Ooi Put The Noose Around My Neck.. But Didnt Jump Off The Chair. Yet

don't. know. what. to do. I tried to hang myself last night...well I hung a noose around my neck.. but didnt jump off the chair. god that's insane I'm never like this. I knew when I was dong it..that I DON'T think like that. .I knew I was being irrational . And there was absolutely nothing I could do but watch my hands make a noose . This is NOT like me at all. I felt like ivwas watching someone else do this.. like I was powerless to stop it all. I'm under a lot of stress. I'm a student with deadlines. I found out I'm pregnant ..despite my attempts to prevent apregnancy... I am. Three days ago I found out I'm carrying twins... to make it worse I drove by my bf house yesterday morning abt 6:30am and ge wasn't home. After repeatedly calling him he answered telling me he was at home. I told him to come out..and he hung up not answering for three hours.. swears he slept in his car...whatever.. he got me pregnant on purpose without consulting me.. I was going to abort but uts TWINS i...I..can't.. what am I goi ng to do? I can't handle the way I feel... I'm afraid...
cara4ever cara4ever
31-35, F
1 Response Nov 30, 2012

Please calm down..relax...I understand you are afraid...This is a very big shock..to anyone. There are alot of things going on and you need to sort through them so you need to know why your acting the way you are..1. You are afraid..you should be..you weren't planning it and you obviously have alot of commitments you want to live up to but...the fact is...kids NEVER come when your ready even when you think your ready.2. Your Irrational..tying a noose or committing suicide will not solve anything..It will unfortunately make things worse.. You will hurt people close to you and possibly traumatize others that your not aware of...Your hormones are out of whack and you need to know that and recognize it and get help or support quick..because worse thing about suicide is its not always fool proof and you can live but it will be a terrible life..maybe brain damaged or paralyzed.. all kinds of things can happen and you can live..so lets just get that out of the thought process because its unacceptable..What happened is done and now you have to come up with a solution rationally so there are no long term consequences.. 3. Guys are jerks lets face it...some more than others but all the same...so don't count on him for anything! Look how he's acting! He gets you pregnant then acts like a jackass...do you really want someone like that to raise kids with? how about even have as a boyfriend? he doesn't seem very reliable.. so unfortunately you have to face the fact..its all you...BUT that might not be such a bad thing..once you calm down.. First see if you want to keep them.. or give them up for adoption..(Adoption is hard but sometimes the right choice).
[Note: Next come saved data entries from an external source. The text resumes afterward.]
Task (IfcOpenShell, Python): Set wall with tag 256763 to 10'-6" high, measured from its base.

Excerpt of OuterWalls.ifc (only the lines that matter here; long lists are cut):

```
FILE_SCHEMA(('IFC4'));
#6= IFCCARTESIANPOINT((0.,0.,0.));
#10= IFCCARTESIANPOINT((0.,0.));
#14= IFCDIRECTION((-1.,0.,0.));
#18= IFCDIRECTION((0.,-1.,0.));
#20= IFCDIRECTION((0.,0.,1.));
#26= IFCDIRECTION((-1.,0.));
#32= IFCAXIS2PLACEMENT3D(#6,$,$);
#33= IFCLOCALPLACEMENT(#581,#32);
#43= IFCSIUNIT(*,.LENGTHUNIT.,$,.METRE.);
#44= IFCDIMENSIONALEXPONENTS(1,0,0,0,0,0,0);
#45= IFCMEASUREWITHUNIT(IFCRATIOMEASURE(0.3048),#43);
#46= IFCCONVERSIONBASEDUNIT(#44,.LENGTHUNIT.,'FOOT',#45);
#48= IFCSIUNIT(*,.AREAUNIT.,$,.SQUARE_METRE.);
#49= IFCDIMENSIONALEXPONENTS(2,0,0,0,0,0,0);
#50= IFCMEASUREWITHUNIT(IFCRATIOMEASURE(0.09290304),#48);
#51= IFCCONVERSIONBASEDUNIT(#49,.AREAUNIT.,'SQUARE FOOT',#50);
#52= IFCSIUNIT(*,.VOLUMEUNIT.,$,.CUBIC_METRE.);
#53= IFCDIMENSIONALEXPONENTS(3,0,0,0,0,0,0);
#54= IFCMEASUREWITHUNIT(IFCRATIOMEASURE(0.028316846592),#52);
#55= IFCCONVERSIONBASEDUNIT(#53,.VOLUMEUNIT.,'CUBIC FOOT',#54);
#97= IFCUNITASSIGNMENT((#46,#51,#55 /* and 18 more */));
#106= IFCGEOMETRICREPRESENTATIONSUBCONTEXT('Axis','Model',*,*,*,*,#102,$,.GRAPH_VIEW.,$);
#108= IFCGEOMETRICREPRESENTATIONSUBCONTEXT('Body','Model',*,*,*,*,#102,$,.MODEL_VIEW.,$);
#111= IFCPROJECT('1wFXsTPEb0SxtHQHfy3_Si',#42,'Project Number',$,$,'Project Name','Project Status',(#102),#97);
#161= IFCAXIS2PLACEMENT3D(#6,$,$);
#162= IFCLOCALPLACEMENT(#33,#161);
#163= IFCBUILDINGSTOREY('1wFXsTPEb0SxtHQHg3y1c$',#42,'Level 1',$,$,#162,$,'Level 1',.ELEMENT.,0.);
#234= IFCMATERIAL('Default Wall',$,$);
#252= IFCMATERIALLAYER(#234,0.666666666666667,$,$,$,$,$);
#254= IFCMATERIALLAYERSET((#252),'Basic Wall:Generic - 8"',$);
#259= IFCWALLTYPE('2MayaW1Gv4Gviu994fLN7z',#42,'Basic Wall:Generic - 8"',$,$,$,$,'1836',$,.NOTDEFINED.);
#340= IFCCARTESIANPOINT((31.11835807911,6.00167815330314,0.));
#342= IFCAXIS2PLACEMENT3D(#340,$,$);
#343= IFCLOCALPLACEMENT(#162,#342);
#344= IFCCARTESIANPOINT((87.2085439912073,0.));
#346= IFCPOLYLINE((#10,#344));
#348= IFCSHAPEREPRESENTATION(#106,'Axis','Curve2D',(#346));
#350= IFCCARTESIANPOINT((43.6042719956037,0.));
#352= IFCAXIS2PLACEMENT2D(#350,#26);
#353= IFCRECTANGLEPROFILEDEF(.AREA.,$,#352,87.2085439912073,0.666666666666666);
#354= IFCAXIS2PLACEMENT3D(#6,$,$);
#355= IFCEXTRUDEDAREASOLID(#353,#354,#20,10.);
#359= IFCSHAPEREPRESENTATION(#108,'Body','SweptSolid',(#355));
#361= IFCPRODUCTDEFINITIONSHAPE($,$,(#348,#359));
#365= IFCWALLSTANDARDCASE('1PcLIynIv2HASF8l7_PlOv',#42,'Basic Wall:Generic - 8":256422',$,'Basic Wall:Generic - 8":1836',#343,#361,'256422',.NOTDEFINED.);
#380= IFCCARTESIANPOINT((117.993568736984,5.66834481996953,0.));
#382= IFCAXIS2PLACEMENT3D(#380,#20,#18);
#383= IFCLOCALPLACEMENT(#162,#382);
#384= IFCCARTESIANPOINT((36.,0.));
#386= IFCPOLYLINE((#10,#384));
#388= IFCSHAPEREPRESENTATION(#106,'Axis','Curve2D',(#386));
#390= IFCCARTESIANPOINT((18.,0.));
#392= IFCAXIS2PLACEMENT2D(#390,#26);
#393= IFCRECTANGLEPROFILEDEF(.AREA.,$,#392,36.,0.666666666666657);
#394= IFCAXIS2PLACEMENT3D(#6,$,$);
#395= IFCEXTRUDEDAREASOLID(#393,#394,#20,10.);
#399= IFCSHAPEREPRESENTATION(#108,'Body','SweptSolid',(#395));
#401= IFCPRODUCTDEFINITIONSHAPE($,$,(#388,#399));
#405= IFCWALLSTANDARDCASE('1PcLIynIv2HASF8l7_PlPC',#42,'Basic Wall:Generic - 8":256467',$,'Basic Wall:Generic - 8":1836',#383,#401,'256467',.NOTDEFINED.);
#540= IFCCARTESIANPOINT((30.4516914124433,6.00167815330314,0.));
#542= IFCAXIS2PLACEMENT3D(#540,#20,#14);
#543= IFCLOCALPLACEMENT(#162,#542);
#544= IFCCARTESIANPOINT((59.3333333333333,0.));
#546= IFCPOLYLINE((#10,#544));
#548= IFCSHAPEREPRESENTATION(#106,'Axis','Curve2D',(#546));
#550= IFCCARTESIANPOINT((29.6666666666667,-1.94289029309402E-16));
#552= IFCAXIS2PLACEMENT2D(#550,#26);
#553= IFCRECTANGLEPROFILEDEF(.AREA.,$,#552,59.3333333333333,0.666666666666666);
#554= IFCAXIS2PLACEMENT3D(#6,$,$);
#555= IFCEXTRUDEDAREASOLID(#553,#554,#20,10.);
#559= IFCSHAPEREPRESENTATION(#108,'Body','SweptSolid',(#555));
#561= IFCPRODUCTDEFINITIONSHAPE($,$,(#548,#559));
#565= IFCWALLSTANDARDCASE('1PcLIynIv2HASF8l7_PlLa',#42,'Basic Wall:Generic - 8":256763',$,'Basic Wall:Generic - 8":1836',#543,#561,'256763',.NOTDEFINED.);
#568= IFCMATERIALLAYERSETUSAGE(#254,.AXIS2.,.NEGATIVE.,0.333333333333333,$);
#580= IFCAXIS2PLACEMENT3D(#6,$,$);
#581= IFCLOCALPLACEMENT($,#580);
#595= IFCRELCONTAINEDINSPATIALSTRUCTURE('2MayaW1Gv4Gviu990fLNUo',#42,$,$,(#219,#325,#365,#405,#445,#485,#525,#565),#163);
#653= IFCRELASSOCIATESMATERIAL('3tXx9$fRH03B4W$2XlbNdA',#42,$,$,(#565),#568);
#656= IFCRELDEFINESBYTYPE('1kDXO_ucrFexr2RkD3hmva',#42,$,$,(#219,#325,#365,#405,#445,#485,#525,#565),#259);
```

```python
import ifcopenshell
import ifcopenshell.geom
import ifcopenshell.util.representation
import ifcopenshell.util.shape
import ifcopenshell.util.unit

model = ifcopenshell.open("OuterWalls.ifc")
unit_scale = ifcopenshell.util.unit.calculate_unit_scale(model)
settings = ifcopenshell.geom.settings()


def volume(element):
    """Net volume in cubic metres, openings subtracted."""
    shape = ifcopenshell.geom.create_shape(settings, element)
    return ifcopenshell.util.shape.get_volume(shape.geometry)


wall = model.by_guid("1PcLIynIv2HASF8l7_PlLa")
before = volume(wall)

body = ifcopenshell.util.representation.get_representation(wall, "Model", "Body")
solid = body.Items[0]
old_height = solid.Depth
solid.Depth = 126 * 0.0254 / unit_scale
after = volume(wall)

print(f"height {old_height:g} -> {solid.Depth:g}, volume {before:.3f} -> {after:.3f} m3")

model.write("OuterWalls_rev.ifc")
```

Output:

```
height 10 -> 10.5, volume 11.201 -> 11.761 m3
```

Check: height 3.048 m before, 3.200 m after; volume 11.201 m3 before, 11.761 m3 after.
Then see if you can get some support.. talk to your family, talk to your friends, reach out to people and learn to accept help. Your gonna need it either way..After doing that things should go a little smoother...but don't chase after him to help you..he already showed you what he's about and you don't need that drama...I know it hurts but HE'S A DOUCHE! Your stronger than you think you are and you don't need him. I wish you luck and if you ever want to talk..I'm here...Don't give up...I'll keep checking for you...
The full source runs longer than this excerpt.